Each line in the records below, from the one that contains "#62=IFCINDEXEDPOLYGONALFACE((3,4,8,7));" to the one that contains "#65=IFCPOLYGONALFACESET(#64,$,(#58,#59,#60,#61,#62,#63),$);", should be reproduced exactly, the first and last included.
[DATA SECTION — start]
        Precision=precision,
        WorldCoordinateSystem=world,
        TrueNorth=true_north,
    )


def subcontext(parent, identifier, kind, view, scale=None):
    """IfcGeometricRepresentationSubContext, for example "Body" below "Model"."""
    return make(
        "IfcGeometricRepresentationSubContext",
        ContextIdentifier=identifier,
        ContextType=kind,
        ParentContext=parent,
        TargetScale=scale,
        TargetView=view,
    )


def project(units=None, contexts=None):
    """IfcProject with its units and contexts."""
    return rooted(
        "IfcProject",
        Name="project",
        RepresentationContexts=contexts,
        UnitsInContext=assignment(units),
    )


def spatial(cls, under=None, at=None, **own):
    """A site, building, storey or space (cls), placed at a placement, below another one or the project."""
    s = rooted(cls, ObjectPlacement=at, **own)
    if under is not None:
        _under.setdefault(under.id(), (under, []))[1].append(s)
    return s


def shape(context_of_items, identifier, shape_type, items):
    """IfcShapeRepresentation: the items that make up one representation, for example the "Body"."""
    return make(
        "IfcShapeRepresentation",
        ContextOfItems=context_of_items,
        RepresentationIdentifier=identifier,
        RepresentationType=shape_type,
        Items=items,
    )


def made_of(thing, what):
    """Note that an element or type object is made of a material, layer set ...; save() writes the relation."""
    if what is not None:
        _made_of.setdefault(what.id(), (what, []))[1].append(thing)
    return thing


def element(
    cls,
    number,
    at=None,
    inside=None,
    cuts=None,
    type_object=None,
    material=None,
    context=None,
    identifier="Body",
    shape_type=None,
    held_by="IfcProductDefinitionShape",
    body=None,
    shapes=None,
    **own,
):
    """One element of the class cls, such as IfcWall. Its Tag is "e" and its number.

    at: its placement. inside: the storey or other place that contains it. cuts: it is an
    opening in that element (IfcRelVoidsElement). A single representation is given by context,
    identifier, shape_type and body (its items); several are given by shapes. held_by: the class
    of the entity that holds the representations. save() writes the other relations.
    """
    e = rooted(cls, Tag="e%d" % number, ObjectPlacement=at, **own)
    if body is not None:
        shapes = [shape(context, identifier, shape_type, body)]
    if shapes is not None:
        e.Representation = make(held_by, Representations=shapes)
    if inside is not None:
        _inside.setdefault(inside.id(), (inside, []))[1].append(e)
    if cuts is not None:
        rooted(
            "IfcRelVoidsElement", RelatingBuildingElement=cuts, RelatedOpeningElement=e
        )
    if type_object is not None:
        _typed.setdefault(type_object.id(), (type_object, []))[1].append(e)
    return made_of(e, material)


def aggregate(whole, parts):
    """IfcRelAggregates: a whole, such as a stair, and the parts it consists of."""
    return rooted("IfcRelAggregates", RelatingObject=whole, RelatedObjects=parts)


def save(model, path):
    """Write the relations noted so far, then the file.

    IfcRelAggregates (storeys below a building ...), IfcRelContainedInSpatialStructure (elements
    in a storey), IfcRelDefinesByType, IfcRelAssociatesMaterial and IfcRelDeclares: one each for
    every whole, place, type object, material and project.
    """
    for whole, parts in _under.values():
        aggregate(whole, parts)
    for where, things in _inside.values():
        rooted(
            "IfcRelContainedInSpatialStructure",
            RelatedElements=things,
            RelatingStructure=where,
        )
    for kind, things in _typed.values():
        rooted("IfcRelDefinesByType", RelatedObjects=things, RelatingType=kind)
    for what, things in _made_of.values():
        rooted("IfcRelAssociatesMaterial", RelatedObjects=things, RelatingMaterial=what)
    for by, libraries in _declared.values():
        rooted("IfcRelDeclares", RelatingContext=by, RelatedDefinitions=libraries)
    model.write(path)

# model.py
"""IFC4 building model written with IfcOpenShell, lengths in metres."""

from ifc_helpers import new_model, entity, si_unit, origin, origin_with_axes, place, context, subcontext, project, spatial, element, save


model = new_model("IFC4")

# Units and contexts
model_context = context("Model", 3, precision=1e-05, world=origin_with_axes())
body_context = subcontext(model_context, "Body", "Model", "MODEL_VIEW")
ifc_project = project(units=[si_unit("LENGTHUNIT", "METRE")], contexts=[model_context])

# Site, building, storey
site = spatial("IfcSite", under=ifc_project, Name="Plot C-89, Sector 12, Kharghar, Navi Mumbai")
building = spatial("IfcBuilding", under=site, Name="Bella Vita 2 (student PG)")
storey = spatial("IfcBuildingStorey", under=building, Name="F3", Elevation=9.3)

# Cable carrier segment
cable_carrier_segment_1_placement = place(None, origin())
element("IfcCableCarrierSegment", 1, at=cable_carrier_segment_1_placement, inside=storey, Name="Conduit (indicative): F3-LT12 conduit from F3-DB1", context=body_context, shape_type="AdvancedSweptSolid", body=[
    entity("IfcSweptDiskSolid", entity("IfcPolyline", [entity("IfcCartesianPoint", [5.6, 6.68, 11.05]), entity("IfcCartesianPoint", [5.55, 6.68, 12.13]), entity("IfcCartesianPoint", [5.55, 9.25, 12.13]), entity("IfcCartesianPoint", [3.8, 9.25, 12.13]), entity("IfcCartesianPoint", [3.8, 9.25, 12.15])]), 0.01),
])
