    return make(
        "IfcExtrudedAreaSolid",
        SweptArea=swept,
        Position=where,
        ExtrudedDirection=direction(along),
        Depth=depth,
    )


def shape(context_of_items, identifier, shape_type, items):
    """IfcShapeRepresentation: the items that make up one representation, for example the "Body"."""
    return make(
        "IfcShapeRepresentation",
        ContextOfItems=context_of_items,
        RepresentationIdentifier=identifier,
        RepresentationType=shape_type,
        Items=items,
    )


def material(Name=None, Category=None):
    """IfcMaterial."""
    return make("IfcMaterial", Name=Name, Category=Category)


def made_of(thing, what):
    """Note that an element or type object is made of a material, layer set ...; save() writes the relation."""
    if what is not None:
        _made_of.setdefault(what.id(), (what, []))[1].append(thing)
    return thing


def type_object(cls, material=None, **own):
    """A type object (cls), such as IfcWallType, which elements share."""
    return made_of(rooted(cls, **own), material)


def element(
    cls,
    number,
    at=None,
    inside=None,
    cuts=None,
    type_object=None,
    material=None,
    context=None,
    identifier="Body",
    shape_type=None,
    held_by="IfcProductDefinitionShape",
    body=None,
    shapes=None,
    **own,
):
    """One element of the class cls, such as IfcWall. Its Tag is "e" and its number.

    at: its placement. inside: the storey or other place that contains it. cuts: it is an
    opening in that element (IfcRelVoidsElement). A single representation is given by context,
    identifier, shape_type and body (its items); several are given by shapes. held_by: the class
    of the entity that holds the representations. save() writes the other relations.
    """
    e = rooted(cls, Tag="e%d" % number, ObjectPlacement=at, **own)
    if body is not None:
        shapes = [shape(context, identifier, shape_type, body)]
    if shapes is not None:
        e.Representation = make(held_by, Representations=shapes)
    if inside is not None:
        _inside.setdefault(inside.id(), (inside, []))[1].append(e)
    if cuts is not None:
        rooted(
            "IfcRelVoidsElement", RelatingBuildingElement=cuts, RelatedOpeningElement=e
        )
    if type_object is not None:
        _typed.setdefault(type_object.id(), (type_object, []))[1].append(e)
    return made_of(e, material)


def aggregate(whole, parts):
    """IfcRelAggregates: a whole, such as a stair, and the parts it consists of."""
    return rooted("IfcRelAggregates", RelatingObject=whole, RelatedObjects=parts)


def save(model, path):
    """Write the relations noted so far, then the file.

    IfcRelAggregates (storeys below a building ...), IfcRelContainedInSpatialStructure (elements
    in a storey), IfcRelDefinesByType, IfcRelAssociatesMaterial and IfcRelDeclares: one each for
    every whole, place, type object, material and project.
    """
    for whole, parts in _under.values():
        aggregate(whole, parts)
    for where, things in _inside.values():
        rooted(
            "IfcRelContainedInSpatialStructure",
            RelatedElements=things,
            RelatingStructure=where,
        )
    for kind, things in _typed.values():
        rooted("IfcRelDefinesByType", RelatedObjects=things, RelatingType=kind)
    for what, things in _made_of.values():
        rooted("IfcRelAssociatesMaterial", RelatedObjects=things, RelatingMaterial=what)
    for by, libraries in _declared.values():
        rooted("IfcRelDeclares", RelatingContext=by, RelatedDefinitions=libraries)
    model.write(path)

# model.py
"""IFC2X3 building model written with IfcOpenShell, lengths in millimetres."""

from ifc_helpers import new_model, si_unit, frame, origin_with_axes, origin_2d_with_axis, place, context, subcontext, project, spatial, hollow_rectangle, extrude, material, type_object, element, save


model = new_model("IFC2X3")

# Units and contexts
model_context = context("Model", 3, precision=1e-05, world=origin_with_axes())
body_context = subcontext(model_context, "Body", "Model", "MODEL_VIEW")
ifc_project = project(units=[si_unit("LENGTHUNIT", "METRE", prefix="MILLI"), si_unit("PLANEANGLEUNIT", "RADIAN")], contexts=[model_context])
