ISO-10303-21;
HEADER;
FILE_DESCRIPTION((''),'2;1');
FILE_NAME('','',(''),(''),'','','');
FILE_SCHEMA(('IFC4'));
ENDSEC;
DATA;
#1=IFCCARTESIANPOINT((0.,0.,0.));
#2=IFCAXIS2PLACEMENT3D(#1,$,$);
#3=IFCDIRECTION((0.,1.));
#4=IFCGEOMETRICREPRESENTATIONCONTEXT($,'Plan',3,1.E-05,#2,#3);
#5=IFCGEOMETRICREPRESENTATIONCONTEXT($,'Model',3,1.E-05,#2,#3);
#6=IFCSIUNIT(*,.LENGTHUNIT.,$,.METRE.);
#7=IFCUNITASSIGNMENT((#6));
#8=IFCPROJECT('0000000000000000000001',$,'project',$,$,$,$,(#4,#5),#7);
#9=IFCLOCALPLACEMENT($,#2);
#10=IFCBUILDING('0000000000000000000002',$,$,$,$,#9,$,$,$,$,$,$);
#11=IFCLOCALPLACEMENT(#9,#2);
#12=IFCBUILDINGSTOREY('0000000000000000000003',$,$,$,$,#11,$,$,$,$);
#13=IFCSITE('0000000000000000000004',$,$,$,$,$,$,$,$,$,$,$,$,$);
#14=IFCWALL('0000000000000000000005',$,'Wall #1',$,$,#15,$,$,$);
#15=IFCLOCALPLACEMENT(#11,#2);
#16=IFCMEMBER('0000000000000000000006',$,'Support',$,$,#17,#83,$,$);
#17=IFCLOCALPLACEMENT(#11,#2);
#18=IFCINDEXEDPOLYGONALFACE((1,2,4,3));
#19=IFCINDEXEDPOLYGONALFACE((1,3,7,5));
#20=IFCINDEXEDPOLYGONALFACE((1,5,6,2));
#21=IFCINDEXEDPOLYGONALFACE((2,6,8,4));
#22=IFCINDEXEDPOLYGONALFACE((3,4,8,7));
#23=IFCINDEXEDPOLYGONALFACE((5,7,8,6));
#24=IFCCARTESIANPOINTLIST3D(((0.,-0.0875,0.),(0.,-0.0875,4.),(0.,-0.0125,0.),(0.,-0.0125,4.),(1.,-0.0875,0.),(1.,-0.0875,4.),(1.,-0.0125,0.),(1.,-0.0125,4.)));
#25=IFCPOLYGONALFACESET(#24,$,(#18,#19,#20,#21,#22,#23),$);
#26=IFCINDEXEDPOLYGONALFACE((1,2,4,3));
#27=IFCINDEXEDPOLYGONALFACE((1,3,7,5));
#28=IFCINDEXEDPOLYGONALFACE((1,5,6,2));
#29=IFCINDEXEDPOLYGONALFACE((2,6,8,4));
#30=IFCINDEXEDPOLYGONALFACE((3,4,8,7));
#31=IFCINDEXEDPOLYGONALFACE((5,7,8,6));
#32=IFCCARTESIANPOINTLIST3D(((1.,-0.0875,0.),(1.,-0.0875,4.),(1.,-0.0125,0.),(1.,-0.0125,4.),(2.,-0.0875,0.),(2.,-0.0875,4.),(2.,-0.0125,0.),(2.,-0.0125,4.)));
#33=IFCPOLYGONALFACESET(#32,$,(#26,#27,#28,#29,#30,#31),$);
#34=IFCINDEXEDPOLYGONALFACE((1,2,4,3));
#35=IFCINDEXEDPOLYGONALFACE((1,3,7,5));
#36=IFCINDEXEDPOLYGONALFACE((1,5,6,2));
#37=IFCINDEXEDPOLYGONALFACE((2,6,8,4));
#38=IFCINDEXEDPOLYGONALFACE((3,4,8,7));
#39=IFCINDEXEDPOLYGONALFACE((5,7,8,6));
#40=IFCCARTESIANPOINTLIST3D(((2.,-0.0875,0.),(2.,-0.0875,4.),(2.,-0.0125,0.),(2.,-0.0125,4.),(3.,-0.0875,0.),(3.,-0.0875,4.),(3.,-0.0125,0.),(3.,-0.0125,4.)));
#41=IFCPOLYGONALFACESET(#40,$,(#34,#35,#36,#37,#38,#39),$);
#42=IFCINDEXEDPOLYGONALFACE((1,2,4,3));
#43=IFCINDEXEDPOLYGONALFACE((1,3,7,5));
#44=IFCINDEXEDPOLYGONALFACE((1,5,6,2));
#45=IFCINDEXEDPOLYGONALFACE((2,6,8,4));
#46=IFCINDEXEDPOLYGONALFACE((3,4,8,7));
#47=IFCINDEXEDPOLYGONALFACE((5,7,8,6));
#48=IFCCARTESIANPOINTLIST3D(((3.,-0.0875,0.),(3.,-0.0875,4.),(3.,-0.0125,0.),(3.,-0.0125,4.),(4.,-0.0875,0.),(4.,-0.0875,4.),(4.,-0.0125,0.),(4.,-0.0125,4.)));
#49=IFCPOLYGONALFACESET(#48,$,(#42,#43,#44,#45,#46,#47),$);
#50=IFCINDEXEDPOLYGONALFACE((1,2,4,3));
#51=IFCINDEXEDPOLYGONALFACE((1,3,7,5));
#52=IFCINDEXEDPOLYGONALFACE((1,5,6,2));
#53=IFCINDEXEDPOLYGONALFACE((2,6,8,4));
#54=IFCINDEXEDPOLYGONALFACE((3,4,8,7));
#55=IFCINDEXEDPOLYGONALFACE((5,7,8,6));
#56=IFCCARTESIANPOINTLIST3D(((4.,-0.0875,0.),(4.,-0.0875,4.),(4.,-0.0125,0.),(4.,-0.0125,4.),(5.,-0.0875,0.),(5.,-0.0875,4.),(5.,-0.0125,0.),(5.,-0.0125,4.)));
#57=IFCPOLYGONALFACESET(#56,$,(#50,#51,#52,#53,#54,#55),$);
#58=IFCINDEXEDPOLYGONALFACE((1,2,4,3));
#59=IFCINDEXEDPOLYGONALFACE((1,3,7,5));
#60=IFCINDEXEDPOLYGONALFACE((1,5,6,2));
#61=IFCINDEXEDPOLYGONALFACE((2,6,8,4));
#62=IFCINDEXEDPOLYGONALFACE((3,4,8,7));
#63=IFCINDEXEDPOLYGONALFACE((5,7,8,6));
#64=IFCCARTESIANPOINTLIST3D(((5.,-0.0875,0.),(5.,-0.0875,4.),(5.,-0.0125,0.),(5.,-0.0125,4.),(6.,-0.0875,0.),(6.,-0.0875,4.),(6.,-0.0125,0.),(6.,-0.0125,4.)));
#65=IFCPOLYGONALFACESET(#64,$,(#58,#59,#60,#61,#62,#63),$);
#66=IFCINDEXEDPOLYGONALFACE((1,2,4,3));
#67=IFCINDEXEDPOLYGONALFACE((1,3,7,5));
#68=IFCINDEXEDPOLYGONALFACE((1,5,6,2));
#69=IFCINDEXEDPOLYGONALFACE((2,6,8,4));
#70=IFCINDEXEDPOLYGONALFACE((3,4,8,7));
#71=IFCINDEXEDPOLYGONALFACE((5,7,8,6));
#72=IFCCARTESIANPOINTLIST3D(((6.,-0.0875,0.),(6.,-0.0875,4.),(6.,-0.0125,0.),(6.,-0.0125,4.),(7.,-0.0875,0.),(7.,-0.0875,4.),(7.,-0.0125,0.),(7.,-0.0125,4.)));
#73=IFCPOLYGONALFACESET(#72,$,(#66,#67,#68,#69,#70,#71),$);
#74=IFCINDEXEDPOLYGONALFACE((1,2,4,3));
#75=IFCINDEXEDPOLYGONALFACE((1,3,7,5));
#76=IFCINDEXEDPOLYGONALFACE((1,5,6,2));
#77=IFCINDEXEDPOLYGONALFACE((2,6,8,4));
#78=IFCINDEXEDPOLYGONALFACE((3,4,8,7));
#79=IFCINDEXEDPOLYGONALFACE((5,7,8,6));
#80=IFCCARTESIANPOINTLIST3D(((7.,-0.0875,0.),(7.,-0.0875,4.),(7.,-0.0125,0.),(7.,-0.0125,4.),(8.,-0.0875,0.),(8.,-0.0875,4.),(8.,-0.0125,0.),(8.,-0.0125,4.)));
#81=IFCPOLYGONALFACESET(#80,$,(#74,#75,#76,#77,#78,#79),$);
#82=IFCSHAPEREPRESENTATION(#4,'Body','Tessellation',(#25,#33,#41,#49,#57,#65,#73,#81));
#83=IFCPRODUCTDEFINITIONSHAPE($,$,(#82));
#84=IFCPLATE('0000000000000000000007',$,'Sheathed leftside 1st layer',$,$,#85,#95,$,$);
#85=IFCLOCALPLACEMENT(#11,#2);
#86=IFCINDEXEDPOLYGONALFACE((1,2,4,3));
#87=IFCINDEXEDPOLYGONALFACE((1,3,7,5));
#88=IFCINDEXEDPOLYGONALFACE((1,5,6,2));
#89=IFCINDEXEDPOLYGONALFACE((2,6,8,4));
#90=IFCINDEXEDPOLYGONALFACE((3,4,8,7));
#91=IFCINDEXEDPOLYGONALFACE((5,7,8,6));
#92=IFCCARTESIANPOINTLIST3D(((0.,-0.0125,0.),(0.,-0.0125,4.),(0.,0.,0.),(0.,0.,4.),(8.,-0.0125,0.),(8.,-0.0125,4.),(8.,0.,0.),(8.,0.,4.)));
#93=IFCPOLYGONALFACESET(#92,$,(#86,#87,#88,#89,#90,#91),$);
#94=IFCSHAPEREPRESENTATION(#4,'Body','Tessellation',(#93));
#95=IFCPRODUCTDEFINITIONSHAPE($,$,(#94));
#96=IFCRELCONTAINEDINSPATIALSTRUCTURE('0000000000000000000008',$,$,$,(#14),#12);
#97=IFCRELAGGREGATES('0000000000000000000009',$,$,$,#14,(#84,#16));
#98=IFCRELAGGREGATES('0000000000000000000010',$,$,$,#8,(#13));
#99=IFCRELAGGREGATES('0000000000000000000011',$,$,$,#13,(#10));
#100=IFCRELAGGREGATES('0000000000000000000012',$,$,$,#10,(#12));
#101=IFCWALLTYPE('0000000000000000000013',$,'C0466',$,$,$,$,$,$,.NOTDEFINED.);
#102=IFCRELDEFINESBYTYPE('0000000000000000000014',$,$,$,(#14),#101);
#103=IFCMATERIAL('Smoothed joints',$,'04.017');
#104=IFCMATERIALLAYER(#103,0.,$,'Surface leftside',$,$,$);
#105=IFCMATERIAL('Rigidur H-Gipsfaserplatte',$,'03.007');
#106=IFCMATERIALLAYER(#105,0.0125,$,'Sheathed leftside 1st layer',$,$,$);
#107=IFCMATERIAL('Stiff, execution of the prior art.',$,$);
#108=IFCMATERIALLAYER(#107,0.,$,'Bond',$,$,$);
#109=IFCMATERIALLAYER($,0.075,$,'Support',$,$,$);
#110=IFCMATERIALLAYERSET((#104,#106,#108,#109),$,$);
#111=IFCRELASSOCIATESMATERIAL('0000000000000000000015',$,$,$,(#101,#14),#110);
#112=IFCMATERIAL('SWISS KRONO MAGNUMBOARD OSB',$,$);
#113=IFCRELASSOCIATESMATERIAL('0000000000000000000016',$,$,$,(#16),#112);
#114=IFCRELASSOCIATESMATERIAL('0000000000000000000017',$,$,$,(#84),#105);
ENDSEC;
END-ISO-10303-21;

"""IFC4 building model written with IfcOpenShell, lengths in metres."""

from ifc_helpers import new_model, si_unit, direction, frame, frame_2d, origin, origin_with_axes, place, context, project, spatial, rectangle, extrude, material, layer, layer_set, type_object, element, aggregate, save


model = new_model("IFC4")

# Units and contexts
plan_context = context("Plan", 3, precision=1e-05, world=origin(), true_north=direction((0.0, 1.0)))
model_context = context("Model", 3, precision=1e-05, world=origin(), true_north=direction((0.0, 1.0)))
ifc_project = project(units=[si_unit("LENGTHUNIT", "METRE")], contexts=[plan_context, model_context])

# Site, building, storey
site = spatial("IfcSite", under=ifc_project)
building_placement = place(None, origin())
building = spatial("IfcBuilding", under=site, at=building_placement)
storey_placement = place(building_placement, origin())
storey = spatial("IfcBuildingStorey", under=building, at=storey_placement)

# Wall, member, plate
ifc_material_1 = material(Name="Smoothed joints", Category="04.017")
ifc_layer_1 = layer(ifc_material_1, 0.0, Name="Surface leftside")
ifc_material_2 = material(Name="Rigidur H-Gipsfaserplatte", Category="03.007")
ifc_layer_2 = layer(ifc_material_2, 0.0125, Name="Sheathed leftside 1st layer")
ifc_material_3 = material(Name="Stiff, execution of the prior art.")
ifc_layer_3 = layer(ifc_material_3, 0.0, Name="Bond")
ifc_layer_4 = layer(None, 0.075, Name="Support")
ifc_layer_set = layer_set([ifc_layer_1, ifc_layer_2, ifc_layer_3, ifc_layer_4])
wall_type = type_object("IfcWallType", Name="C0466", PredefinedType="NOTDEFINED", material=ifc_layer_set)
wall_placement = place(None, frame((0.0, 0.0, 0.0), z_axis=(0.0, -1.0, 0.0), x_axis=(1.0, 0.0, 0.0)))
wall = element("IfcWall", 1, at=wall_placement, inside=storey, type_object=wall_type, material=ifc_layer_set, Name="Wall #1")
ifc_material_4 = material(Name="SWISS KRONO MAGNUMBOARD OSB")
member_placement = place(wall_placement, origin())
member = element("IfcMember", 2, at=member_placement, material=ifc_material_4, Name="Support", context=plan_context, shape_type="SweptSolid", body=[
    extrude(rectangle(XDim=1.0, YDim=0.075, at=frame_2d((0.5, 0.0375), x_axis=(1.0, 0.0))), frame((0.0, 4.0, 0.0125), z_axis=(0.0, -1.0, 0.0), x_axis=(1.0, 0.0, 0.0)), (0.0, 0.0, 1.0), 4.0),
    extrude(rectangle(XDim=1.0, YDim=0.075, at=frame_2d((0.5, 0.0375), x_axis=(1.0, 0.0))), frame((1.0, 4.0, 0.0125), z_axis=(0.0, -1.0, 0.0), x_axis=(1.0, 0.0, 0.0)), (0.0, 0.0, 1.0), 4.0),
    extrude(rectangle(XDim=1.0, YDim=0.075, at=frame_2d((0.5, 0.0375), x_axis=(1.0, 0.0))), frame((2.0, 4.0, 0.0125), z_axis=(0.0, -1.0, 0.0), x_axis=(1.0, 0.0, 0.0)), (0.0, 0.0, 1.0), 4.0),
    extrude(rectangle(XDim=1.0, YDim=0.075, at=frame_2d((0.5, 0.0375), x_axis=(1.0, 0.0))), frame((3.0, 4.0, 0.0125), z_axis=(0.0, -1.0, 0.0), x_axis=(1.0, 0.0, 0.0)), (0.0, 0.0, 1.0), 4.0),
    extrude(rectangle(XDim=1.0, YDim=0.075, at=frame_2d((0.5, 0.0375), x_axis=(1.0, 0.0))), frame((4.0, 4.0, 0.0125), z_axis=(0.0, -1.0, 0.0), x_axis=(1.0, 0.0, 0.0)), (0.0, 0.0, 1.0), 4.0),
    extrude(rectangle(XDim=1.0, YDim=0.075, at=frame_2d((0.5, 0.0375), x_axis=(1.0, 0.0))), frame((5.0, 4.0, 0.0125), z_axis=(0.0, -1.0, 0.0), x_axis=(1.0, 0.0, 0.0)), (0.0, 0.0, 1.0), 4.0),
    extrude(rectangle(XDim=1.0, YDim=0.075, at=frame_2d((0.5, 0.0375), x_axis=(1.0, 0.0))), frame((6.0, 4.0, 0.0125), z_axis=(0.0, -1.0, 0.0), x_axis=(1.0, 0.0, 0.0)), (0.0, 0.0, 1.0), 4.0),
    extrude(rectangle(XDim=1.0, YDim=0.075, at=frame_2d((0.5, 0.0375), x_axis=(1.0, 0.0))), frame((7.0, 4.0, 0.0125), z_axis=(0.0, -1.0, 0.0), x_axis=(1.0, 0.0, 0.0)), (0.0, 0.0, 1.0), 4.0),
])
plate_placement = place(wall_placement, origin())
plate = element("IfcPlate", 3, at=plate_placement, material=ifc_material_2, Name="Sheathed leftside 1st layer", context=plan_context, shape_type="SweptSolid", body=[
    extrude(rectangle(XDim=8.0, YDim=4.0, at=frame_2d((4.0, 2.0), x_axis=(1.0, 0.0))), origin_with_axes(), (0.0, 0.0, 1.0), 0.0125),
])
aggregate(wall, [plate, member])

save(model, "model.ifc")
[DATA SECTION — finish]
[DATA SECTION — start]
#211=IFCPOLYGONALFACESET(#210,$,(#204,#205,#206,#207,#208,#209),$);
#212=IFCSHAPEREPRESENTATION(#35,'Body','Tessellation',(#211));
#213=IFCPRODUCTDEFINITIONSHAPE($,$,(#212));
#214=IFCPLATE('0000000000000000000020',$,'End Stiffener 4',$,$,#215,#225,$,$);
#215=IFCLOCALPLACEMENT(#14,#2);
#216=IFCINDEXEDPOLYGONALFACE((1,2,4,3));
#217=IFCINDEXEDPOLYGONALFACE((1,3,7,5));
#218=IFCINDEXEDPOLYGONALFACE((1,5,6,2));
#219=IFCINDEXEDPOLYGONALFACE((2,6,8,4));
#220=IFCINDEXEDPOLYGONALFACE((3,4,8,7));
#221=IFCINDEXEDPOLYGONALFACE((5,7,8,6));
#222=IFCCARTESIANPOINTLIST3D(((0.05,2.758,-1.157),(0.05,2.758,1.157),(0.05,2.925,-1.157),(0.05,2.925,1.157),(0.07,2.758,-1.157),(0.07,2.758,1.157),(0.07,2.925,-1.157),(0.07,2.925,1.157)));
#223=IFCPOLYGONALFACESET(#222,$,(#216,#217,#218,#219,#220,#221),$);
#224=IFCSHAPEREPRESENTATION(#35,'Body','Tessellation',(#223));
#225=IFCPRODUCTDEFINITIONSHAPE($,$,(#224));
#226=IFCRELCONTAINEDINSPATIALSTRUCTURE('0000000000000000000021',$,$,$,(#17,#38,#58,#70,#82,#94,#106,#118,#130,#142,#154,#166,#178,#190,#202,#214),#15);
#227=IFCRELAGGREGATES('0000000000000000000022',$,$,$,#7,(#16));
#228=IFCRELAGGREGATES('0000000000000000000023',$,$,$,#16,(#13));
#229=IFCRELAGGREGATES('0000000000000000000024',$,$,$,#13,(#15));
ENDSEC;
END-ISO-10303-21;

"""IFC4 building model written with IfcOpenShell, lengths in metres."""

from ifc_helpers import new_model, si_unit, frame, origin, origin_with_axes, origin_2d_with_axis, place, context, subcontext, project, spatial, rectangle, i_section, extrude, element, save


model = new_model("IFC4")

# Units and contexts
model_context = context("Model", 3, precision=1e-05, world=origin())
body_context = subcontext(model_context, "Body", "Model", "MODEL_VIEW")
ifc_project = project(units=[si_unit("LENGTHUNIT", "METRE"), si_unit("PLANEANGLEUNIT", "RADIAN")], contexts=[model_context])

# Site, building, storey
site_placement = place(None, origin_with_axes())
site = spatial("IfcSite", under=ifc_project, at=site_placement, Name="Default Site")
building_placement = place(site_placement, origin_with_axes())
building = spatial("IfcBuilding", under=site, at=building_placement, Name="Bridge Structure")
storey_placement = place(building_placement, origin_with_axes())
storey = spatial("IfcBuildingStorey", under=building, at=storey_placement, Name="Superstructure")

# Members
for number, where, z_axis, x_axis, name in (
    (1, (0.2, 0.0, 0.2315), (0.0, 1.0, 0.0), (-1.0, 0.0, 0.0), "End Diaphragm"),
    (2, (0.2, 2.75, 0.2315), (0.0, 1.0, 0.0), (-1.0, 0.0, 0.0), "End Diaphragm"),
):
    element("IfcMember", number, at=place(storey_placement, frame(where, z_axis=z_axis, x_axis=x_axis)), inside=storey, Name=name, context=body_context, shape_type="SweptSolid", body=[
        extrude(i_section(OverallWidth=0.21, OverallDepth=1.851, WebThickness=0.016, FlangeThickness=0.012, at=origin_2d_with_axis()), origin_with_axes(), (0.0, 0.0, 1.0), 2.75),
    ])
[DATA SECTION — finish]
**SOLVED PROBLEM:**
#62=IFCINDEXEDPOLYGONALFACE((3,4,8,7));
#63=IFCINDEXEDPOLYGONALFACE((5,7,8,6));
#64=IFCCARTESIANPOINTLIST3D(((5.,-0.0875,0.),(5.,-0.0875,4.),(5.,-0.0125,0.),(5.,-0.0125,4.),(6.,-0.0875,0.),(6.,-0.0875,4.),(6.,-0.0125,0.),(6.,-0.0125,4.)));
#65=IFCPOLYGONALFACESET(#64,$,(#58,#59,#60,#61,#62,#63),$);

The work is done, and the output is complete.